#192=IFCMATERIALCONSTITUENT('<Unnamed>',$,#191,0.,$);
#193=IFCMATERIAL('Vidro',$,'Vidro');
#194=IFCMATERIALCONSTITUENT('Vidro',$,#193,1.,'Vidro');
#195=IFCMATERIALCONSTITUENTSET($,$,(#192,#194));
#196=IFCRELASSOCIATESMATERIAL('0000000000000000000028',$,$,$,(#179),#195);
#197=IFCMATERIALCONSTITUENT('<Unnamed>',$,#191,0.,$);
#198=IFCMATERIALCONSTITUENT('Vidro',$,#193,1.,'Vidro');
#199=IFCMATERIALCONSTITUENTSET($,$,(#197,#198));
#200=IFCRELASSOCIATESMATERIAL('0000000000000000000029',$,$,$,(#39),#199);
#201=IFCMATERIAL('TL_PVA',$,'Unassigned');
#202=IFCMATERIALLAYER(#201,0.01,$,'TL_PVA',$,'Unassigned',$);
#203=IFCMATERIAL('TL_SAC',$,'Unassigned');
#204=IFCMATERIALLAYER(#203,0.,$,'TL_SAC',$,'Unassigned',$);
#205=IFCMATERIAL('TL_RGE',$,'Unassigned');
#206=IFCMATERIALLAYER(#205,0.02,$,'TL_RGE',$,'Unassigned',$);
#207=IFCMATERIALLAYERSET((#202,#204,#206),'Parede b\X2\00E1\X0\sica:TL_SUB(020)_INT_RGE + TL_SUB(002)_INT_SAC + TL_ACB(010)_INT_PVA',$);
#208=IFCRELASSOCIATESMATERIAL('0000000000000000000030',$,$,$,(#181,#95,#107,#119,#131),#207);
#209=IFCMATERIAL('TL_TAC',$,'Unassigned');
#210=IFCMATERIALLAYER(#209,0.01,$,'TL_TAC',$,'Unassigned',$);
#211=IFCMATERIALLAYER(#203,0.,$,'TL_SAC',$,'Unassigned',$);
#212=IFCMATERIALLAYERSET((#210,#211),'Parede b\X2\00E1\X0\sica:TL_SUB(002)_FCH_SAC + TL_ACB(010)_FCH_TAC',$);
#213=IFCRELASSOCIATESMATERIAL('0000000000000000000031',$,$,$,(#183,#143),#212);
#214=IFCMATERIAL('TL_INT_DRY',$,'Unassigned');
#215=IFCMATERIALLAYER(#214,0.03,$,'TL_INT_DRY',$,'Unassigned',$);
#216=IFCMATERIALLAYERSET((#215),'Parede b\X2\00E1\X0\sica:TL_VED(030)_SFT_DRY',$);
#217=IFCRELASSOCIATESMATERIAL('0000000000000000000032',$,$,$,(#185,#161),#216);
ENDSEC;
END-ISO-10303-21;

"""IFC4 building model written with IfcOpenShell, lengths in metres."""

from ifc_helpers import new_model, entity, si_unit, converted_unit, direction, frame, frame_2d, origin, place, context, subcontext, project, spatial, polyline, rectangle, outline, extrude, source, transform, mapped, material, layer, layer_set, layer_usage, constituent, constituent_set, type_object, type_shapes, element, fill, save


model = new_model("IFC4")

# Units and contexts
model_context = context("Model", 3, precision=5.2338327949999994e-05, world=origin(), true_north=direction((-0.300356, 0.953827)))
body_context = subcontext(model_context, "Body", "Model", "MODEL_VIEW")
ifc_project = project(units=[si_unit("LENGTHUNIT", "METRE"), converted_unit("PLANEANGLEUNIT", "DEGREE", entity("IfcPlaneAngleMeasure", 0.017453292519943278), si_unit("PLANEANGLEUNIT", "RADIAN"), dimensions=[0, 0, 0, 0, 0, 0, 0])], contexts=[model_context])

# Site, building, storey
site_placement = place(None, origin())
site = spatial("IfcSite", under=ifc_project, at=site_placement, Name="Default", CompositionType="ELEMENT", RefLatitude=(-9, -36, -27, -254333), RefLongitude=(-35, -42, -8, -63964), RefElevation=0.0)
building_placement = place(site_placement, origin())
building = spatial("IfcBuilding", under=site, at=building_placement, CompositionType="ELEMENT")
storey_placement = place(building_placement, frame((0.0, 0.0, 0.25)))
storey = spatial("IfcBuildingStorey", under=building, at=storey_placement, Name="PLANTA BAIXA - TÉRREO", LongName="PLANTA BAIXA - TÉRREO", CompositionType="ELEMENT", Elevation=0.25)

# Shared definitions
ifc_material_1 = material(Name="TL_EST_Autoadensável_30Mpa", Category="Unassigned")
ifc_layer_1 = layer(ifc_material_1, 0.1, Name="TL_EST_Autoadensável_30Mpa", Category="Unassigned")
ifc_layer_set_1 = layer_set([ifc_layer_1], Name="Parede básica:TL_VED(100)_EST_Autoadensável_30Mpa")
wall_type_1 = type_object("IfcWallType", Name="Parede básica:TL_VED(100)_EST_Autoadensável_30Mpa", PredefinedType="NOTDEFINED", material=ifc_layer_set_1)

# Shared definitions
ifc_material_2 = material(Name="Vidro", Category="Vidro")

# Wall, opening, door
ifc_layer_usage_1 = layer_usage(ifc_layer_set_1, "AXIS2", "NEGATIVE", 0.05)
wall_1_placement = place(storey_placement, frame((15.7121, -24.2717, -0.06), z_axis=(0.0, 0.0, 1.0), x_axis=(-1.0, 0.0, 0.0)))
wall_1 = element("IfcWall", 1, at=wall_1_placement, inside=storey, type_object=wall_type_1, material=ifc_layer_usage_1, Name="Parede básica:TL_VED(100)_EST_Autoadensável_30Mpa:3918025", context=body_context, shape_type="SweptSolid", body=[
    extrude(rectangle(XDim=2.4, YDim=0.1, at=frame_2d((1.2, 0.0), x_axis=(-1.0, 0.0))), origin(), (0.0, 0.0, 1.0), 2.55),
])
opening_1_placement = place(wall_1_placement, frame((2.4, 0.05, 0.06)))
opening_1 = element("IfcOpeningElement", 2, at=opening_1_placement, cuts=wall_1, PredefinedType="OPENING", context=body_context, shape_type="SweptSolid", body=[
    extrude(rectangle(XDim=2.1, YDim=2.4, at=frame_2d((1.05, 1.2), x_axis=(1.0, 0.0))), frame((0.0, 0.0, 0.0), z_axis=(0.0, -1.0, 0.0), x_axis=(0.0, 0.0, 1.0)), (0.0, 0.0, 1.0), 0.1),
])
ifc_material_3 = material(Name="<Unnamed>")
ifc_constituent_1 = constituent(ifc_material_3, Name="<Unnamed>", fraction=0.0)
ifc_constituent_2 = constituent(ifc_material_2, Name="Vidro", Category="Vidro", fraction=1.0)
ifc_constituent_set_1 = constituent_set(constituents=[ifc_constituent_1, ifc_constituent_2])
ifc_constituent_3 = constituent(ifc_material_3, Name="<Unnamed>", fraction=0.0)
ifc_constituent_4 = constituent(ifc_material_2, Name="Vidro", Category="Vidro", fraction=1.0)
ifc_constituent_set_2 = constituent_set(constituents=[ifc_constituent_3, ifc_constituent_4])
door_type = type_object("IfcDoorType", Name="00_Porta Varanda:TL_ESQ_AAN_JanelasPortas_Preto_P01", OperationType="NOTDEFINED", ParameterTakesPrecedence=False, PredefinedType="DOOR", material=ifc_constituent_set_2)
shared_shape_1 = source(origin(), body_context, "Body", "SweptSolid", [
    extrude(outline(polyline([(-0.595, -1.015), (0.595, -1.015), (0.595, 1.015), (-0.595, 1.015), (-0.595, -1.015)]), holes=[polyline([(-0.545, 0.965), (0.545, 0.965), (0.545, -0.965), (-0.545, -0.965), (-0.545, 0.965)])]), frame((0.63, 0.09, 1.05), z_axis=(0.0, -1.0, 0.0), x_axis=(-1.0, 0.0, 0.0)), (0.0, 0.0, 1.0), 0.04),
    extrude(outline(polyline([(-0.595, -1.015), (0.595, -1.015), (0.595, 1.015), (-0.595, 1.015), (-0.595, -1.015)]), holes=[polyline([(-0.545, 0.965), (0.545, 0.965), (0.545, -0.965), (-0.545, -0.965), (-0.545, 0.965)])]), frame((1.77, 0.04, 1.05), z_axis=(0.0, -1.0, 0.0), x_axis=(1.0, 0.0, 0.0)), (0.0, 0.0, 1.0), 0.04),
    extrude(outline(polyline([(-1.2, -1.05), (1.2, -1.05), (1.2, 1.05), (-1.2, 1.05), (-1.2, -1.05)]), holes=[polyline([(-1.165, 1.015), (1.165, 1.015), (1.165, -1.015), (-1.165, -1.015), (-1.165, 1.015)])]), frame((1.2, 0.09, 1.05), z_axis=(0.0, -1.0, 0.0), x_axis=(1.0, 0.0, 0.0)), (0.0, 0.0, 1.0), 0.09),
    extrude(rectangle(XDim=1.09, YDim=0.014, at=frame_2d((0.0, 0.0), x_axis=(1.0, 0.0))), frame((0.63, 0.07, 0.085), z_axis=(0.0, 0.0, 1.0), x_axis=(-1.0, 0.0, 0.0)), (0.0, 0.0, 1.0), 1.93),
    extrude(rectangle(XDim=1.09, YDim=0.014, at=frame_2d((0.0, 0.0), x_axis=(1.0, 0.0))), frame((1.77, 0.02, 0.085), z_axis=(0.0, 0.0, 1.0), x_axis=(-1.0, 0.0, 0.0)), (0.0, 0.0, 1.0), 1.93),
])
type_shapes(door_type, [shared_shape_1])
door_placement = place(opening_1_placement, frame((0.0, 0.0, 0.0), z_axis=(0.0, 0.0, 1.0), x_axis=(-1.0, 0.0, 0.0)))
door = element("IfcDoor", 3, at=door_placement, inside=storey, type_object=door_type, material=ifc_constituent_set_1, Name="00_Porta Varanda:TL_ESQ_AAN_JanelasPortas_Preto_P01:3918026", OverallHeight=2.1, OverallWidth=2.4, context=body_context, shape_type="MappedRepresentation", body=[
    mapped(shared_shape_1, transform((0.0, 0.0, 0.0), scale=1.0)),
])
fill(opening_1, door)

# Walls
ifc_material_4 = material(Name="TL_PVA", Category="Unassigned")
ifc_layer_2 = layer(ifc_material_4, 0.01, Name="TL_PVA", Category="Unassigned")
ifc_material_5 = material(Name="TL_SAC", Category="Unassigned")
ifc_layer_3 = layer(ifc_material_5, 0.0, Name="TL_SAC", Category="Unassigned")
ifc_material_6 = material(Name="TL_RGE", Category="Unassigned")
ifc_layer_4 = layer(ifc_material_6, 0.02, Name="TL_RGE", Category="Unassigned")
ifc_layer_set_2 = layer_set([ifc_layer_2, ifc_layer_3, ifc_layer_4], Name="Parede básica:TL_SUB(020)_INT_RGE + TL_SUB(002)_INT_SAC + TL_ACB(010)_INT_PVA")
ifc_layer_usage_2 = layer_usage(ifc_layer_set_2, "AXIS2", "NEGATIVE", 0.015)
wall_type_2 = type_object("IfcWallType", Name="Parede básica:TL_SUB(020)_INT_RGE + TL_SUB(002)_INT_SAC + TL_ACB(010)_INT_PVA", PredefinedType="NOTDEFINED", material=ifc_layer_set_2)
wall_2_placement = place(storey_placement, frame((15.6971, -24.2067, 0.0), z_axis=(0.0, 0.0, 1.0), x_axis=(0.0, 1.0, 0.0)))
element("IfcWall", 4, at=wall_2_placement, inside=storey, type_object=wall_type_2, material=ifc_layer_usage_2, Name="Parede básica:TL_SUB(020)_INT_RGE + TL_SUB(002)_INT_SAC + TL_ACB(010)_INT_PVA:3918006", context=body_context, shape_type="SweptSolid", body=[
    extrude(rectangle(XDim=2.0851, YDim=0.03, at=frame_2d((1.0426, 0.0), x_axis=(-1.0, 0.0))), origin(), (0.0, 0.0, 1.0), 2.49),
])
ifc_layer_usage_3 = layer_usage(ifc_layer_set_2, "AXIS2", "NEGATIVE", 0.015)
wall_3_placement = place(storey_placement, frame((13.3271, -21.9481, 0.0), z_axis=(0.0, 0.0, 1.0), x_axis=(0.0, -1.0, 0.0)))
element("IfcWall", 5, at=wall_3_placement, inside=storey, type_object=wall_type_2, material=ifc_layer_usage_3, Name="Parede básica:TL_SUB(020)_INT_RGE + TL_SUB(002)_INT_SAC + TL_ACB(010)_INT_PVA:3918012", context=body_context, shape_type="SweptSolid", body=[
^^^^^^^^
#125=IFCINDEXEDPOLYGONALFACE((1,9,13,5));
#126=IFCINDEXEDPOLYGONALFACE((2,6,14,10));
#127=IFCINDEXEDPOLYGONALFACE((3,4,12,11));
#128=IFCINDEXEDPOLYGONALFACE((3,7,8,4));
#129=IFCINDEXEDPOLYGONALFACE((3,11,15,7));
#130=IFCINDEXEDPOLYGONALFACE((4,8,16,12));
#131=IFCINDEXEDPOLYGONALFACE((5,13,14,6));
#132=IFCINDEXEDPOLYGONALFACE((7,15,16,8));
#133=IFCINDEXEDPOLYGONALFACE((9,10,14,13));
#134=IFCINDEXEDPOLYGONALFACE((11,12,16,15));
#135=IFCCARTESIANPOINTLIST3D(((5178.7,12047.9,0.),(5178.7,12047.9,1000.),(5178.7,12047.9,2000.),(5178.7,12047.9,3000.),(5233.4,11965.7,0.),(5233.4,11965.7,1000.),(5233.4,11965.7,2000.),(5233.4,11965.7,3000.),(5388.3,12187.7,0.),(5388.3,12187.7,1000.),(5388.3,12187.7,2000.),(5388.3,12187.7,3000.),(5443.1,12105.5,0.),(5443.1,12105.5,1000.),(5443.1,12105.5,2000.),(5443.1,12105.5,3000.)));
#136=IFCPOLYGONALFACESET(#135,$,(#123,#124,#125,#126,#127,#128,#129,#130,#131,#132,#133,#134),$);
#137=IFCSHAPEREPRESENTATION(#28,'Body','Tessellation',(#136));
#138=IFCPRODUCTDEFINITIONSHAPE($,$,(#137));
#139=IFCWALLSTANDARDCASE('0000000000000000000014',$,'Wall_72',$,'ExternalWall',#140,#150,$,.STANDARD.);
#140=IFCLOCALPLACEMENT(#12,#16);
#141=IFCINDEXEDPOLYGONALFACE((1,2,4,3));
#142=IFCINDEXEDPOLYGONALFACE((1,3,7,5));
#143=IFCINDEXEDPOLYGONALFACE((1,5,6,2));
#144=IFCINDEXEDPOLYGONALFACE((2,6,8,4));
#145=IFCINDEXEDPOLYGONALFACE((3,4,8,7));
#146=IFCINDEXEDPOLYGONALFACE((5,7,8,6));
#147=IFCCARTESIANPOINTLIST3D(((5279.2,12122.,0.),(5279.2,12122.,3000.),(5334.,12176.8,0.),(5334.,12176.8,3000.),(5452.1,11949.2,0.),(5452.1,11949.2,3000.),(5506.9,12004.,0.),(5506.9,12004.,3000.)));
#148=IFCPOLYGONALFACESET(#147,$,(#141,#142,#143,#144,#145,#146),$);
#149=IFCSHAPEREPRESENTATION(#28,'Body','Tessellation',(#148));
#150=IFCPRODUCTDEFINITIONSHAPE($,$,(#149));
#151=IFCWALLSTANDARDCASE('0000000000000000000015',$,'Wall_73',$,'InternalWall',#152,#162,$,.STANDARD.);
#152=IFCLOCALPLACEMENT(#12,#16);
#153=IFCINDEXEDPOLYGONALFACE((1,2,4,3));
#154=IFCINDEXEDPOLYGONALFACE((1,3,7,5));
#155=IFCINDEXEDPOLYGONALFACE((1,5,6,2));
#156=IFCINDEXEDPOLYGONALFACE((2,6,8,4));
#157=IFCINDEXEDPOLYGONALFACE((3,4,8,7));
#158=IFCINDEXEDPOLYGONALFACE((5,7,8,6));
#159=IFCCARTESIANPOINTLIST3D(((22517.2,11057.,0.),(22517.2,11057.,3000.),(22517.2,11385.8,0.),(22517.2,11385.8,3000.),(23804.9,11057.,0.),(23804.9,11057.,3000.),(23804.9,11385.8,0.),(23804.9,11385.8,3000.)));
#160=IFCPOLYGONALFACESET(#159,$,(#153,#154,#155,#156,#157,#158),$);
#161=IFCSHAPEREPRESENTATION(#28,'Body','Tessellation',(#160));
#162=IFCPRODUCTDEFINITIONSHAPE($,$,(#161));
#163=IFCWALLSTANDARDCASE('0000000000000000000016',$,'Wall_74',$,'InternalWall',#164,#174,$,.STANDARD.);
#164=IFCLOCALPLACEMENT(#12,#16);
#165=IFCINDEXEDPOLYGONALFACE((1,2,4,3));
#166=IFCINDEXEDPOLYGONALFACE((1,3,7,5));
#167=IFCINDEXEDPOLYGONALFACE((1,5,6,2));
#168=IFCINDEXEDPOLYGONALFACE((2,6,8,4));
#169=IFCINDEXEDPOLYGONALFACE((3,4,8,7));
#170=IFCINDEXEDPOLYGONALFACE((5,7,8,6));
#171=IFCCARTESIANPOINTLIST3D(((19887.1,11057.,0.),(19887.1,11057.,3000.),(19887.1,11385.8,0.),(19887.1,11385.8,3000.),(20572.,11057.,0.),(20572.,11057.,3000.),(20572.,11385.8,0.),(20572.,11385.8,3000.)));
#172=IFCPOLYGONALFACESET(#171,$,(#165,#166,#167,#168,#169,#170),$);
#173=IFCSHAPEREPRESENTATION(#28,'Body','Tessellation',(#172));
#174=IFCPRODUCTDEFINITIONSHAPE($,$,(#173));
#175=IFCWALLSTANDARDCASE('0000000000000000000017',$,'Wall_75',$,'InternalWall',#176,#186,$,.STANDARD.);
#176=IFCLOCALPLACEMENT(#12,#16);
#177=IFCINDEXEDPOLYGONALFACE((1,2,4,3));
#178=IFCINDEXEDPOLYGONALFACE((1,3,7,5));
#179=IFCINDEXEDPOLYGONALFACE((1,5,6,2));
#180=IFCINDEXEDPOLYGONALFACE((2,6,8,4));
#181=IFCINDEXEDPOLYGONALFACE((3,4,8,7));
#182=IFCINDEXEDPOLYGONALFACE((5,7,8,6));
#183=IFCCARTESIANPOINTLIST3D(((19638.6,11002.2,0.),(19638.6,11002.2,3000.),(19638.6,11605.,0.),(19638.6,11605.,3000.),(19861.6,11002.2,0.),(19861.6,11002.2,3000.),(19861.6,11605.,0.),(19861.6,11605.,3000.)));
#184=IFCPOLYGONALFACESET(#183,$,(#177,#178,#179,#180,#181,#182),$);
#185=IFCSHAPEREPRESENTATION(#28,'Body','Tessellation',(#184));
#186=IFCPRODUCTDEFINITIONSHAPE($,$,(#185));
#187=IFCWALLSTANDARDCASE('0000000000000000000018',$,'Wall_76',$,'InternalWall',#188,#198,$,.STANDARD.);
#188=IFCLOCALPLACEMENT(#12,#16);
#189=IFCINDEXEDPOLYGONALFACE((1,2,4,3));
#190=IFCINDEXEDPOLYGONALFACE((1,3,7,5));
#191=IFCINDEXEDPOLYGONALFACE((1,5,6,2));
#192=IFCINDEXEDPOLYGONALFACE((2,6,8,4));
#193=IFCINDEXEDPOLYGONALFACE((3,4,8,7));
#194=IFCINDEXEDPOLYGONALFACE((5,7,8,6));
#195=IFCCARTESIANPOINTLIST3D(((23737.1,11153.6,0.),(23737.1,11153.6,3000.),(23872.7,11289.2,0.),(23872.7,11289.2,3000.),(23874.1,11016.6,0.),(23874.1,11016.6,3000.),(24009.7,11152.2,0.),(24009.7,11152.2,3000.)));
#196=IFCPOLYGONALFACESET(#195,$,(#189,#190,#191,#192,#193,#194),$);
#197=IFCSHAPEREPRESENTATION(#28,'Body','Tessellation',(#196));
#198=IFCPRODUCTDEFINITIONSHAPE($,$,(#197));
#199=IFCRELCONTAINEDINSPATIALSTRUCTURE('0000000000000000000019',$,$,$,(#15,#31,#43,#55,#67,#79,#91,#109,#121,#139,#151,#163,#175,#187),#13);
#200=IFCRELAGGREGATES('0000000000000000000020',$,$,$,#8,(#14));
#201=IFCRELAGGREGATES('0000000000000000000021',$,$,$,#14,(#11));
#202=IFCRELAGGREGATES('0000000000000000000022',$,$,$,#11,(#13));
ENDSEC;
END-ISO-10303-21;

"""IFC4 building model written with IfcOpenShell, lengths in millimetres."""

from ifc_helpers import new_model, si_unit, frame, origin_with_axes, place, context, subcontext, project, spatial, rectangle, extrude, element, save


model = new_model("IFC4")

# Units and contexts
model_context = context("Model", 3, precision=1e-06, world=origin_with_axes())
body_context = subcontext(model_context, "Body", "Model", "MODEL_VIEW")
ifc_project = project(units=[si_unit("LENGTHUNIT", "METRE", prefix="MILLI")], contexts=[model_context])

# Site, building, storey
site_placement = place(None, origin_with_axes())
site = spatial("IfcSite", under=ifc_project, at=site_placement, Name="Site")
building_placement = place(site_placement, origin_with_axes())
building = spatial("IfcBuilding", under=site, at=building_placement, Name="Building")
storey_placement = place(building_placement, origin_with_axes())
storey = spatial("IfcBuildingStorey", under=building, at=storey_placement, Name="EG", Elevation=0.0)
^^^^^^^^
Task goal:
Identify every line above with the string "IFCMATERIALCONSTITUENTSET" in it. Copy those lines.

Solution to this task:
#195=IFCMATERIALCONSTITUENTSET($,$,(#192,#194));
#199=IFCMATERIALCONSTITUENTSET($,$,(#197,#198));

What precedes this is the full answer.